**Listed entries**:
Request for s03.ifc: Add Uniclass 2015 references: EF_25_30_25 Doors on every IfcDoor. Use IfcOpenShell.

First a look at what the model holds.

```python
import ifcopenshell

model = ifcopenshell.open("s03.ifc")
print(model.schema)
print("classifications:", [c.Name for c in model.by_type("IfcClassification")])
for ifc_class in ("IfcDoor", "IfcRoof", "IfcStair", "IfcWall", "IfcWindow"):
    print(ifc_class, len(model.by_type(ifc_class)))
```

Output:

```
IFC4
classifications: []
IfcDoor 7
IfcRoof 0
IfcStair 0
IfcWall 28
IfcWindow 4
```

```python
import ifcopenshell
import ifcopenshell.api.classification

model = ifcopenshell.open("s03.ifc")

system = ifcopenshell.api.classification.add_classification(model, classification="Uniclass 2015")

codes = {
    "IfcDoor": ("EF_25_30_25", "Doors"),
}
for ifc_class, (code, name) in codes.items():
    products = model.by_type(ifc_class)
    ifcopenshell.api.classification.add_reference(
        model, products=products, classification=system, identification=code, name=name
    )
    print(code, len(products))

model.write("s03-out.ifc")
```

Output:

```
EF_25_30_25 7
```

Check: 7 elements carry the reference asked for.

**Task to complete**: Repeat each entry above exactly as it appears.

**The completed task**:
Request for s03.ifc: Add Uniclass 2015 references: EF_25_30_25 Doors on every IfcDoor. Use IfcOpenShell.

First a look at what the model holds.

```python
import ifcopenshell

model = ifcopenshell.open("s03.ifc")
print(model.schema)
print("classifications:", [c.Name for c in model.by_type("IfcClassification")])
for ifc_class in ("IfcDoor", "IfcRoof", "IfcStair", "IfcWall", "IfcWindow"):
    print(ifc_class, len(model.by_type(ifc_class)))
```

Output:

```
IFC4
classifications: []
IfcDoor 7
IfcRoof 0
IfcStair 0
IfcWall 28
IfcWindow 4
```

```python
import ifcopenshell
import ifcopenshell.api.classification

model = ifcopenshell.open("s03.ifc")

system = ifcopenshell.api.classification.add_classification(model, classification="Uniclass 2015")

codes = {
    "IfcDoor": ("EF_25_30_25", "Doors"),
}
for ifc_class, (code, name) in codes.items():
    products = model.by_type(ifc_class)
    ifcopenshell.api.classification.add_reference(
        model, products=products, classification=system, identification=code, name=name
    )
    print(code, len(products))

model.write("s03-out.ifc")
```

Output:

```
EF_25_30_25 7
```

Check: 7 elements carry the reference asked for.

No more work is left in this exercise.